Brian Moody, executive editor of the Autotrader website, told me he expected more manufacturers to adopt automated safety technology in the coming years, “at lower prices and in more types of vehicles.” However, he continued: “These are businesses we’re talking about, and they’re in business to make money. They don’t want to be sued, and I’m not so cynical as to think they don’t care about deaths — they do. But at the risk of being dumb, the cost is a consideration.”
A young driver in the market for a $40,000 vehicle might find one with a suite of so-called nanny features, or one with a huge engine and asphalt torque, but probably not both. And young drivers, as has long been the case, tend to be responsible for much of the extremely dangerous behavior on American roads. In 2012, 4,283 drivers aged 15 to 20 were involved in fatal crashes. In 2021, the latest year for which data is available, it was 5,565. As with other demographic groups, more teenagers are speeding: Of all driver age groups, young men are the most likely to be traveling over the posted speed limit at the time of a fatal crash.
The purest expression of the teenage speed phenomenon is the rise of illegal street racing. “I think of it as a plant or a weed that hasn’t been taken care of and during the pandemic, the thing went wild,” says Lili Trujillo Puckett, who founded Street Racing Kills in 2014, after Puckett was 16. -the daughter was killed in a race. Puckett now works with courts in California, Florida and Texas on offender intervention programs. “When you meet these guys, they tend to tell you the same thing,” he says. “Yes, they know it’s dangerous. They know they can be hurt and that they can hurt others.

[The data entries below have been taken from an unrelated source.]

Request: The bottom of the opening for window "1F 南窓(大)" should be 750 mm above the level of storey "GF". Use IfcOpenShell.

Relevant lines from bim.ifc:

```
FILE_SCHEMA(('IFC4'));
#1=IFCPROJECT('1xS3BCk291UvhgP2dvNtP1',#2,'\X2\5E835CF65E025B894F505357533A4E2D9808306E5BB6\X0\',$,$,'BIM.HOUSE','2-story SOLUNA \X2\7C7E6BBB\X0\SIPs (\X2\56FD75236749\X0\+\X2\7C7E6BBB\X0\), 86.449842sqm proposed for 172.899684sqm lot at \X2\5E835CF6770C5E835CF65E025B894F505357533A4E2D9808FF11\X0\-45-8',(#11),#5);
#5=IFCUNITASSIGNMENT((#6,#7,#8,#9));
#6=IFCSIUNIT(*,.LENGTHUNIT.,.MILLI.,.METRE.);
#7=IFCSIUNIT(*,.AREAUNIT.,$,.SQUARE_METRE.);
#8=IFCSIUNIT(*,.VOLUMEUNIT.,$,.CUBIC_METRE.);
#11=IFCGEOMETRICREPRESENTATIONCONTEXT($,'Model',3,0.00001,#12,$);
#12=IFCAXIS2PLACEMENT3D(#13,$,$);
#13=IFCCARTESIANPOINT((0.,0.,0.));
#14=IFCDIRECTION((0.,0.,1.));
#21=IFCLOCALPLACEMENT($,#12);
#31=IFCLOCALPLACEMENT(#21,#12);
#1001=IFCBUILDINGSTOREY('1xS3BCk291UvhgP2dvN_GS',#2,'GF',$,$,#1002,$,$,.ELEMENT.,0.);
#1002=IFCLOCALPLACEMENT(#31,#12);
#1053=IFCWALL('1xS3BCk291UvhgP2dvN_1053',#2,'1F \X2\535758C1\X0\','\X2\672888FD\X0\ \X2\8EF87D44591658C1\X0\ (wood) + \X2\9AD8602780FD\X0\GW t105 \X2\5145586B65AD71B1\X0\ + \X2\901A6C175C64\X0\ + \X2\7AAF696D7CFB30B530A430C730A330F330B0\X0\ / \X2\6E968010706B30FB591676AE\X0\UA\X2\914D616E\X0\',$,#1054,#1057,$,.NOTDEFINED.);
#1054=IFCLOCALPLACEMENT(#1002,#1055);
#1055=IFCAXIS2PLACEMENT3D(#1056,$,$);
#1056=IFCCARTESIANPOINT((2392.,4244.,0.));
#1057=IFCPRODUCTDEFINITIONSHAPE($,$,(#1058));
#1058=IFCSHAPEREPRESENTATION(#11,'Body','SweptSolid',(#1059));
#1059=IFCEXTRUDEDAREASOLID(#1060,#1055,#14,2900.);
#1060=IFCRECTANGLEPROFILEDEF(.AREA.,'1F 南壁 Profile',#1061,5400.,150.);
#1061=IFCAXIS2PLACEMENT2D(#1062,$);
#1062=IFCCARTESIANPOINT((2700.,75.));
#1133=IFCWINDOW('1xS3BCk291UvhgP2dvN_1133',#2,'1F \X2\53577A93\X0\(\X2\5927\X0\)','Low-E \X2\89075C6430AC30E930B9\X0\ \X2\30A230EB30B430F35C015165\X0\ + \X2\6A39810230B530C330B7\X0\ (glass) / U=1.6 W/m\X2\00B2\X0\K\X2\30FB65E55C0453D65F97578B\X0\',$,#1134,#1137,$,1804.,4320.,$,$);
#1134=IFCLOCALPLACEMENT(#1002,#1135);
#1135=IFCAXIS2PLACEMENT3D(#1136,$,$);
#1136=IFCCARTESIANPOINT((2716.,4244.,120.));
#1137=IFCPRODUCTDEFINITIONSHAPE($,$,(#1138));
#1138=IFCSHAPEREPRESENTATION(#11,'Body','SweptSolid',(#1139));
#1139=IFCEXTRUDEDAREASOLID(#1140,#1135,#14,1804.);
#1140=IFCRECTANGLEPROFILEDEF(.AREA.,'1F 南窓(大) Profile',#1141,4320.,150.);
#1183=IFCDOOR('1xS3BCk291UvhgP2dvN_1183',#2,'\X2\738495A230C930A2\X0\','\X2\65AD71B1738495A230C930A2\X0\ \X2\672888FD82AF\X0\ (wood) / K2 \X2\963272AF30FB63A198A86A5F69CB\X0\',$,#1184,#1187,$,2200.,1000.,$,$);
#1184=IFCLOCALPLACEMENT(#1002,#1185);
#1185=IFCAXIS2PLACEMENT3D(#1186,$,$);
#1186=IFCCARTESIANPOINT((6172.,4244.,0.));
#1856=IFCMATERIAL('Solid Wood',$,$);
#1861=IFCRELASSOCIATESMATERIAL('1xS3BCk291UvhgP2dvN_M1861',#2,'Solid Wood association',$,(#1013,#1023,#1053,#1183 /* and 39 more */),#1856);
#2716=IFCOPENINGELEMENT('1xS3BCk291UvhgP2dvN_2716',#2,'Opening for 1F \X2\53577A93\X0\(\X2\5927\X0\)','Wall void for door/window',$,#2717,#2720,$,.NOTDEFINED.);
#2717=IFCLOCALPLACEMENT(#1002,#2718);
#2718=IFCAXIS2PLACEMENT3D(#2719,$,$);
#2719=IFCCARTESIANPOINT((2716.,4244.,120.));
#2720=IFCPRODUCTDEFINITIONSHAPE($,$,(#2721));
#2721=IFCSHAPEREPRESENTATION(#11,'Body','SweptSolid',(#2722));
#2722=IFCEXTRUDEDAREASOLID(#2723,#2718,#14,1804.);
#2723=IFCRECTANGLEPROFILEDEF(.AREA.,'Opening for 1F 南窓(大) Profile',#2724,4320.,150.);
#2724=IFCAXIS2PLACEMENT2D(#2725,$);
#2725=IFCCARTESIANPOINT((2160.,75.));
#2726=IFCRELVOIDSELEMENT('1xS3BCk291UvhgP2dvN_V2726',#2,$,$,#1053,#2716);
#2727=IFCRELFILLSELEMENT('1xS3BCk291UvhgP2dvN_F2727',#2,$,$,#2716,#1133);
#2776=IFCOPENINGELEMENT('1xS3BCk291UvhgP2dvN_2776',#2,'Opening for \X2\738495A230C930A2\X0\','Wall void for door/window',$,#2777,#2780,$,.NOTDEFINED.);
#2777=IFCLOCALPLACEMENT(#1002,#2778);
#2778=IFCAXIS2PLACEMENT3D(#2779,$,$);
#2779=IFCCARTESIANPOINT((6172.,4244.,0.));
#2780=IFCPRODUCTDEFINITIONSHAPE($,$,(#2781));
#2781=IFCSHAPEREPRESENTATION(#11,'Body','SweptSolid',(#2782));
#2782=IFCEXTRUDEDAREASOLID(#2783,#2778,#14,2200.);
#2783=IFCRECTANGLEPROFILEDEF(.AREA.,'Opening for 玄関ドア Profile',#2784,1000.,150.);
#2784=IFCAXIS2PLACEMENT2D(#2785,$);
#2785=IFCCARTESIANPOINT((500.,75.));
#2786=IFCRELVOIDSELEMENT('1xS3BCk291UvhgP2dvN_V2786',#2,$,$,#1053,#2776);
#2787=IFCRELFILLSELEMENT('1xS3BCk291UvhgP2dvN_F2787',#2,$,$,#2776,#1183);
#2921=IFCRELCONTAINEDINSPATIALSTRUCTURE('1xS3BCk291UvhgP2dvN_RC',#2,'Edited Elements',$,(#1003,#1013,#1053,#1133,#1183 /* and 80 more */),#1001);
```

```python
import numpy as np
import ifcopenshell
import ifcopenshell.api.geometry
import ifcopenshell.geom
import ifcopenshell.util.element
import ifcopenshell.util.placement
import ifcopenshell.util.shape
import ifcopenshell.util.unit

model = ifcopenshell.open("bim.ifc")
unit_scale = ifcopenshell.util.unit.calculate_unit_scale(model)

window = model.by_guid("1xS3BCk291UvhgP2dvN_1133")
opening = window.FillsVoids[0].RelatingOpeningElement
storey = ifcopenshell.util.element.get_container(window, ifc_class="IfcBuildingStorey")
level = ifcopenshell.util.placement.get_local_placement(storey.ObjectPlacement)[2, 3]

# The opening's origin need not be at the sill, so measure its lowest point.
shape = ifcopenshell.geom.create_shape(ifcopenshell.geom.settings(), opening)
bottom = ifcopenshell.util.shape.get_shape_bottom_elevation(shape, shape.geometry) / unit_scale
dz = level + 0.75 / unit_scale - bottom

shift = np.array([0.0, 0.0, dz])
# The window is not placed relative to its opening, so move both.
for product in (opening, window):
    matrix = ifcopenshell.util.placement.get_local_placement(product.ObjectPlacement)
    matrix[:3, 3] += shift
    ifcopenshell.api.geometry.edit_object_placement(model, product=product, matrix=matrix, is_si=False)

print(f"moved by {dz * unit_scale:+.3f} m")

model.write("bim_updated.ifc")
```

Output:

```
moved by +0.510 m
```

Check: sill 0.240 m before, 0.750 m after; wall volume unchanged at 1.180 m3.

But they like the adrenaline rush, they like the excitement, and they have this immature mind quality: They say, “It’s not going to happen to me.”
National data on accidents resulting from street racing are hard to come by, but officials in California, Florida and Texas, where the phenomenon is endemic, have reported significant increases in the number of complaints — in 2021, the Los Angeles County Sheriff’s Department received 1,380 calls from residents about local breeds, a 60 percent increase from the previous year. Amanda Granit, a spokeswoman for the Hillsborough County Sheriff’s Office in Florida, told me that most of the runners that county deputies have arrested have been young and male. But not all of them, he clarified: “We’ve also arrested female drivers, including a mom in a minivan, for doing donuts on the road.”
In September, the Department of Transportation released data in early 2023 showing that 21 states had seen climbing fatality rates compared to the same period in 2022. 29 had experienced modest improvement. “I can’t claim we have it all figured out because it could change,” says Col. Matt Langer, head of the State Patrol in Minnesota, where officials recorded an 11 percent drop in fatalities year over year. But that drop, Langer says, represents several dozen people living now who would have died a year ago. “And what made it possible is focusing on the behaviors that kill people. So speed, seat belts, disability and distraction. For us, a full 85 percent of our law enforcement work last year involved those four things.”